# Neuer PC-Zusammenstellung OK?



## Cr3aT (25. März 2020)

Hallo Leute,

vor der Anschaffung eines neuen PC´s wollte ich euch um Rat fragen: Ist die Komponentenzusammenstellung so ok oder habt ihr Bedenken???
Vor allem stelle ich mir folgende Fragen:
Ist der CPU Kühler ausreichend?
Habt ihr eine Mainboard-Alternative oder ist das Mainboard in Ordnung?

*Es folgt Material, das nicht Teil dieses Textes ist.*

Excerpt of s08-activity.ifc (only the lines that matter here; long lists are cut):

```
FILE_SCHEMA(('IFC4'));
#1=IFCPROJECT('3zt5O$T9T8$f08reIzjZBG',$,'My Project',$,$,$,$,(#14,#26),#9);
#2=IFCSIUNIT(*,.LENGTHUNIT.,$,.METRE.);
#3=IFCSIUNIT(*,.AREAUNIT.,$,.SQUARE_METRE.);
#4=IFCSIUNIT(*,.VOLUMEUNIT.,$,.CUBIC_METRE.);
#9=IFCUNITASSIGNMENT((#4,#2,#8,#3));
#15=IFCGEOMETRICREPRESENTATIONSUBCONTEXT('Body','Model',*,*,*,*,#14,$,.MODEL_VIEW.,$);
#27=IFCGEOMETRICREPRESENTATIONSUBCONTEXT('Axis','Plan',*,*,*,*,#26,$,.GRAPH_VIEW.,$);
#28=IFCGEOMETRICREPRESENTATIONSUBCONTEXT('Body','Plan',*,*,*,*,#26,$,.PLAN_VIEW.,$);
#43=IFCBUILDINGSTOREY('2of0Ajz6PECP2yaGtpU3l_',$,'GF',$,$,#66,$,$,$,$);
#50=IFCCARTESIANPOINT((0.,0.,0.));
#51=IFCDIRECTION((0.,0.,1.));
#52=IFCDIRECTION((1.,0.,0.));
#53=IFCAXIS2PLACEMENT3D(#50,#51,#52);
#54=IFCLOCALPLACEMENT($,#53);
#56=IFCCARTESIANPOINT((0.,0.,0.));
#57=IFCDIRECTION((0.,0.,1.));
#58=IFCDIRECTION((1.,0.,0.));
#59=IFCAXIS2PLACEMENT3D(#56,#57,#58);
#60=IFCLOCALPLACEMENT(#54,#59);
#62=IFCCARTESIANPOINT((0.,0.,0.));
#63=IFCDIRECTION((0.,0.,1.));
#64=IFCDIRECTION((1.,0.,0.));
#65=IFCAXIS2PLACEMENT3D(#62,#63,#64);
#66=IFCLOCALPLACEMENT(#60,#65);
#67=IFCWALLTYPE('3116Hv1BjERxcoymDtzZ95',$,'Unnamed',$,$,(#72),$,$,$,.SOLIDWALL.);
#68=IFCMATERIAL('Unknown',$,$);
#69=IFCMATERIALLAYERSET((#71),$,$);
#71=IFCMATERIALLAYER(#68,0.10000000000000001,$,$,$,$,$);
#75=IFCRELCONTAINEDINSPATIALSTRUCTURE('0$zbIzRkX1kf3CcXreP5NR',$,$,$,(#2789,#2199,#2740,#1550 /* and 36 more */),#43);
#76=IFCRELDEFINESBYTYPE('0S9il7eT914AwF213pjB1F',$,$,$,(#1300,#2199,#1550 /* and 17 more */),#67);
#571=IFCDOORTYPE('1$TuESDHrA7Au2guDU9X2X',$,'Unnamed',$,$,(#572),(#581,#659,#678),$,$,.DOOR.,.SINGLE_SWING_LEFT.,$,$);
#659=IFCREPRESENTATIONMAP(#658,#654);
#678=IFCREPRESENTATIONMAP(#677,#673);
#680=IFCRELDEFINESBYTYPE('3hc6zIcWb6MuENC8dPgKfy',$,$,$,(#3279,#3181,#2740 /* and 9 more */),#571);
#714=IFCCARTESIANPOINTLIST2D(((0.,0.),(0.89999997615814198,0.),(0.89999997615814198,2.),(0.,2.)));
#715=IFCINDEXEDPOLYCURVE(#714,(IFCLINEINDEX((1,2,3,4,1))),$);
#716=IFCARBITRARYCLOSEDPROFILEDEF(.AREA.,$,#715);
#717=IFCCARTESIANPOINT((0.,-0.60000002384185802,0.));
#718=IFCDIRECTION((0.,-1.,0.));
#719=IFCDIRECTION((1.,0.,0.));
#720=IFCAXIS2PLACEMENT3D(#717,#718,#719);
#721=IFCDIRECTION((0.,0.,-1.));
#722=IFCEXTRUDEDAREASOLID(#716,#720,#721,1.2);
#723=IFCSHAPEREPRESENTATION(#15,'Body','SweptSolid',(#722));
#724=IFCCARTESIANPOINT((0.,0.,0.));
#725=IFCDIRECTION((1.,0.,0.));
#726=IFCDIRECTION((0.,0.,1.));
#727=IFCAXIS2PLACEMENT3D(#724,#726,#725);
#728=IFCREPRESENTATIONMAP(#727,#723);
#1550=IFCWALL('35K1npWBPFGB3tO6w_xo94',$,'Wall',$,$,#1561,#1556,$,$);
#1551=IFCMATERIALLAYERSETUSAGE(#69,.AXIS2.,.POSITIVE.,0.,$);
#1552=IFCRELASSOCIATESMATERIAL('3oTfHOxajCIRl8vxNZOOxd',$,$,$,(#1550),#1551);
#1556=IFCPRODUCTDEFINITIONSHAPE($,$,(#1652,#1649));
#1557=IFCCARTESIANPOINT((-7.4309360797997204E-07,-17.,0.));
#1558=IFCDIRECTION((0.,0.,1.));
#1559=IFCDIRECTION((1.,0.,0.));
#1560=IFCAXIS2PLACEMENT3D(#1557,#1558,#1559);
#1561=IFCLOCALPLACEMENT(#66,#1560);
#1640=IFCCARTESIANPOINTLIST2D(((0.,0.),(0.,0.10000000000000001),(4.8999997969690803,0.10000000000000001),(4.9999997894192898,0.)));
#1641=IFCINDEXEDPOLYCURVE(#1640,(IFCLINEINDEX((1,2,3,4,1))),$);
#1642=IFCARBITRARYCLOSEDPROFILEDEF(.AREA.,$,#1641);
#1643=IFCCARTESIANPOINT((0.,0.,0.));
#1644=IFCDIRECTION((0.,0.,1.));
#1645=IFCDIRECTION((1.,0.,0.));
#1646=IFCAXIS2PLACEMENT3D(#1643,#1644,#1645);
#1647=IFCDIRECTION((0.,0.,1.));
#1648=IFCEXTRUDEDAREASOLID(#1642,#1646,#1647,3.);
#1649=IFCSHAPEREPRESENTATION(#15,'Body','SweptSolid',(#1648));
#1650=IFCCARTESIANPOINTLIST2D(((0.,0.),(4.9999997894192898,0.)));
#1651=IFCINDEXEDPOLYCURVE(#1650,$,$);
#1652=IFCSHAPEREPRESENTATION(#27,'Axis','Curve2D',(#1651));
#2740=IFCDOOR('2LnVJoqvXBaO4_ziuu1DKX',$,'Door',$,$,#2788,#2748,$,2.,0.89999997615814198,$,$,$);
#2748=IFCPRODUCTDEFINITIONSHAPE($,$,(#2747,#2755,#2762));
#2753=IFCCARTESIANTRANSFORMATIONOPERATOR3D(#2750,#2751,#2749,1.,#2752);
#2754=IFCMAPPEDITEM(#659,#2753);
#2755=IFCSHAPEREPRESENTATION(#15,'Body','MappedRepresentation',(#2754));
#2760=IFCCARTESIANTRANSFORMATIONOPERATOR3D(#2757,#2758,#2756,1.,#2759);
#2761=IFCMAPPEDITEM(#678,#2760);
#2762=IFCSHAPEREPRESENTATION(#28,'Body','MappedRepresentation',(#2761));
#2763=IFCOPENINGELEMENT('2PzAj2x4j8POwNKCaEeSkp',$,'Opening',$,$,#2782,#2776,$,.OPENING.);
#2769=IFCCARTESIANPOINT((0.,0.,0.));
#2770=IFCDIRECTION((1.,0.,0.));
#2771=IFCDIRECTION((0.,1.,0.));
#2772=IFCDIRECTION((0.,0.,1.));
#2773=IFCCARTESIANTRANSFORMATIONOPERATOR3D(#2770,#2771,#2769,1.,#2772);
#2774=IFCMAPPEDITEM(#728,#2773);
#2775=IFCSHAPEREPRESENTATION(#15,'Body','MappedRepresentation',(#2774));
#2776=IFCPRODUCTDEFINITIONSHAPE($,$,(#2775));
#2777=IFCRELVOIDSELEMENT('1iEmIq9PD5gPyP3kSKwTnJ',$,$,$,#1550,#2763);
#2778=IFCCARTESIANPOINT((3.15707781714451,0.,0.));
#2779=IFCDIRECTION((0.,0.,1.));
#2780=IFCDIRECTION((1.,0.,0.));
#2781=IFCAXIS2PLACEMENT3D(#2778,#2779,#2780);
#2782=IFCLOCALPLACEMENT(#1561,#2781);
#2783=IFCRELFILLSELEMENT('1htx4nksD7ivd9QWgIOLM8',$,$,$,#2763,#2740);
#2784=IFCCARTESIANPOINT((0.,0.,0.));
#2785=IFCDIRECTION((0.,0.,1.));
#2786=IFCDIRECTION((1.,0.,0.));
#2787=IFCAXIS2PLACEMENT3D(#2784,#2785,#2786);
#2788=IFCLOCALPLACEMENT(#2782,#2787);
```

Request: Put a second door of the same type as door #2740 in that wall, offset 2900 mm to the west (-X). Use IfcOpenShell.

```python
import ifcopenshell
import ifcopenshell.api.feature
import ifcopenshell.api.geometry
import ifcopenshell.api.root
import ifcopenshell.geom
import ifcopenshell.util.element
import ifcopenshell.util.placement
import ifcopenshell.util.shape

model = ifcopenshell.open("s08-activity.ifc")
settings = ifcopenshell.geom.settings()


def volume(element):
    """Net volume in cubic metres, openings subtracted."""
    shape = ifcopenshell.geom.create_shape(settings, element)
    return ifcopenshell.util.shape.get_volume(shape.geometry)


door = model.by_id(2740)
opening = door.FillsVoids[0].RelatingOpeningElement
wall = opening.VoidsElements[0].RelatingBuildingElement
before = volume(wall)
shift = ifcopenshell.util.placement.get_local_placement(wall.ObjectPlacement)[:3, 0] * -2.9

# copy_class copies the void relationship, type, container and properties, but no geometry.
new_opening = ifcopenshell.api.root.copy_class(model, product=opening)
new_opening.Representation = ifcopenshell.util.element.copy_deep(
    model, opening.Representation, exclude=["IfcGeometricRepresentationContext", "IfcRepresentationMap"]
)
new_door = ifcopenshell.api.root.copy_class(model, product=door)
new_door.Representation = ifcopenshell.util.element.copy_deep(
    model, door.Representation, exclude=["IfcGeometricRepresentationContext", "IfcRepresentationMap"]
)
ifcopenshell.api.feature.add_filling(model, opening=new_opening, element=new_door)

for old, new in ((opening, new_opening), (door, new_door)):
    matrix = ifcopenshell.util.placement.get_local_placement(old.ObjectPlacement)
    matrix[:3, 3] += shift
    ifcopenshell.api.geometry.edit_object_placement(model, product=new, matrix=matrix, is_si=False)

after = volume(wall)

print(f"wall volume {before:.3f} -> {after:.3f} m3")

model.write("s08-activity-out.ifc")
```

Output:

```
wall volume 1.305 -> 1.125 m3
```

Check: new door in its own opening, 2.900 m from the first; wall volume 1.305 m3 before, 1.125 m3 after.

Hier meine vorläufige Auswahl:
Mainboard: MSI MPG Z390 GAMING PRO CARBON Intel Z390 So.1151 Dual Channel DDR4 ATX Retail 
Kühler: be quiet! Shadow Rock 2 Tower Kühler
Netzteil: 600 Watt be quiet! Pure Power 11 CM Modular 80+ Gold
RAM: 32GB G.Skill Trident Z Neo DDR4-3600 DIMM CL16 Dual Kit
CPU: Intel Core i9 9900K 8x 3.60GHz So.1151 WOF
Grafikkarte: 8GB MSI GeForce RTX 2080 SUPER GAMING X TRIO DDR6
Festplatte: 500GB Samsung 970 Evo Plus M.2 2280 PCIe 3.0 x4 NVMe 1.3 3D-NAND TLC (MZ-V7S500BW)

Gehäuse ist bereits vorhanden: Sharkoon DG7000-G RGB

Schon im Voraus vielen Dank für eure Hilfe !!


----------



## Herbboy (25. März 2020)

Meine Bedenken drehen sich vor allem rund um die CPU. Was genau versprichst Du Dir von dem teuren 9900K ? Hast den nur gewählt, weil du meinst: teuerster Mainstream-Intel, also bin ich lange voll dabei? Oder weißt Du genau, dass seine Eigenschaften für Dich wichtig sind?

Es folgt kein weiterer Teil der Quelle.